El Venerable del Palacio entrecerró los ojos y sonrió: "El Venerable Hao bromea."
El Venerable Hao no continuó con el tema y dijo: "En la familia imperial, todos son despiadados. No es de extrañar que no le tenga aprecio a mi hermano mayor. En aquel entonces, fui yo quien la invitó a unirse a los Diez Venerables y convertirse en una de las gobernantes. Venerable del Palacio, todavía me debe un favor."
El Venerable del Palacio guardó silencio.
El Venerable Hao esbozó una sonrisa: "Nuestros intereses ya están entrelazados. Nuestra alianza es inquebrantable. Solo yo puedo tolerar a su raza de Creadores. Palacio, haga lo que quiera ahora, que yo la respaldaré."

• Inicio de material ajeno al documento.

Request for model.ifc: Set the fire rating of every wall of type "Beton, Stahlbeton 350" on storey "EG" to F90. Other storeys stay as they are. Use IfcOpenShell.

First a look at what the model holds.

```python
import ifcopenshell
import ifcopenshell.util.element

model = ifcopenshell.open("model.ifc")
print(model.schema)
storey = next(s for s in model.by_type("IfcBuildingStorey") if s.Name == "EG")
walls = [e for e in ifcopenshell.util.element.get_decomposition(storey) if e.is_a("IfcWall")]
seen = {}
for e in walls:
    element_type = ifcopenshell.util.element.get_type(e)
    key = (element_type.Name if element_type != e and element_type else None, ifcopenshell.util.element.get_pset(e, "Pset_WallCommon", "FireRating"))
    seen[key] = seen.get(key, 0) + 1
for (name, value), count in sorted(seen.items(), key=str):
    print(count, "x", name, "|", value)
```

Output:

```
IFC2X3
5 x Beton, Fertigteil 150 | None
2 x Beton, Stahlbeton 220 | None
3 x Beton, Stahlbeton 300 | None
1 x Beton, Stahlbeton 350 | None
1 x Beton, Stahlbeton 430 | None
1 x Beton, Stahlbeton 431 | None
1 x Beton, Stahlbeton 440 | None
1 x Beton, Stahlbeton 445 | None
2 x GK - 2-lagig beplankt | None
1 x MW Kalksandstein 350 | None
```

```python
import ifcopenshell
import ifcopenshell.api.pset
import ifcopenshell.util.element

model = ifcopenshell.open("model.ifc")

storey = next(s for s in model.by_type("IfcBuildingStorey") if s.Name == "EG")
walls = [e for e in ifcopenshell.util.element.get_decomposition(storey) if e.is_a("IfcWall")]

count = 0
for e in walls:
    element_type = ifcopenshell.util.element.get_type(e)
    if element_type in (None, e) or element_type.Name != "Beton, Stahlbeton 350":
        continue
    # add_pset returns the element's existing set when there is one.
    pset = ifcopenshell.api.pset.add_pset(model, product=e, name="Pset_WallCommon")
    ifcopenshell.api.pset.edit_pset(model, pset=pset, properties={"FireRating": "F90"})
    count += 1

print(count, "walls updated")

model.write("model_rev.ifc")
```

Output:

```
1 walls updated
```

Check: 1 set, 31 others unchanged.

El Venerable del Palacio le agradeció y se levantó para irse.
El Venerable Hao, tranquilo y satisfecho, tamborileaba con los dedos en el reposabrazos de su trono. Entonces, detrás de él, apareció la figura de una mujer, cuya voz estaba llena de seducción. Susurró suavemente: "El Venerable del Palacio tiene la debilidad de ser una Creadora, por lo que no puede escapar de su control. Puede usarla para dividir al Emperador del Alba y a Lang Wan, también para enfrentar a madre e hijo y eliminar a Lang Xuan, e incluso para enfrentar al Gran Emperador y a Tai Chu. Ella es, entre los Diez Venerables, la mujer que realmente le dará el control de todo el poder. Si la usa bien, tendrá una autoridad suprema. Además, mi mineral divino de Tai Su también está en sus manos."
"Gracias por su consejo, tía. No se preocupe, tía. ¡Conseguiré el mineral divino de Tai Su para usted!"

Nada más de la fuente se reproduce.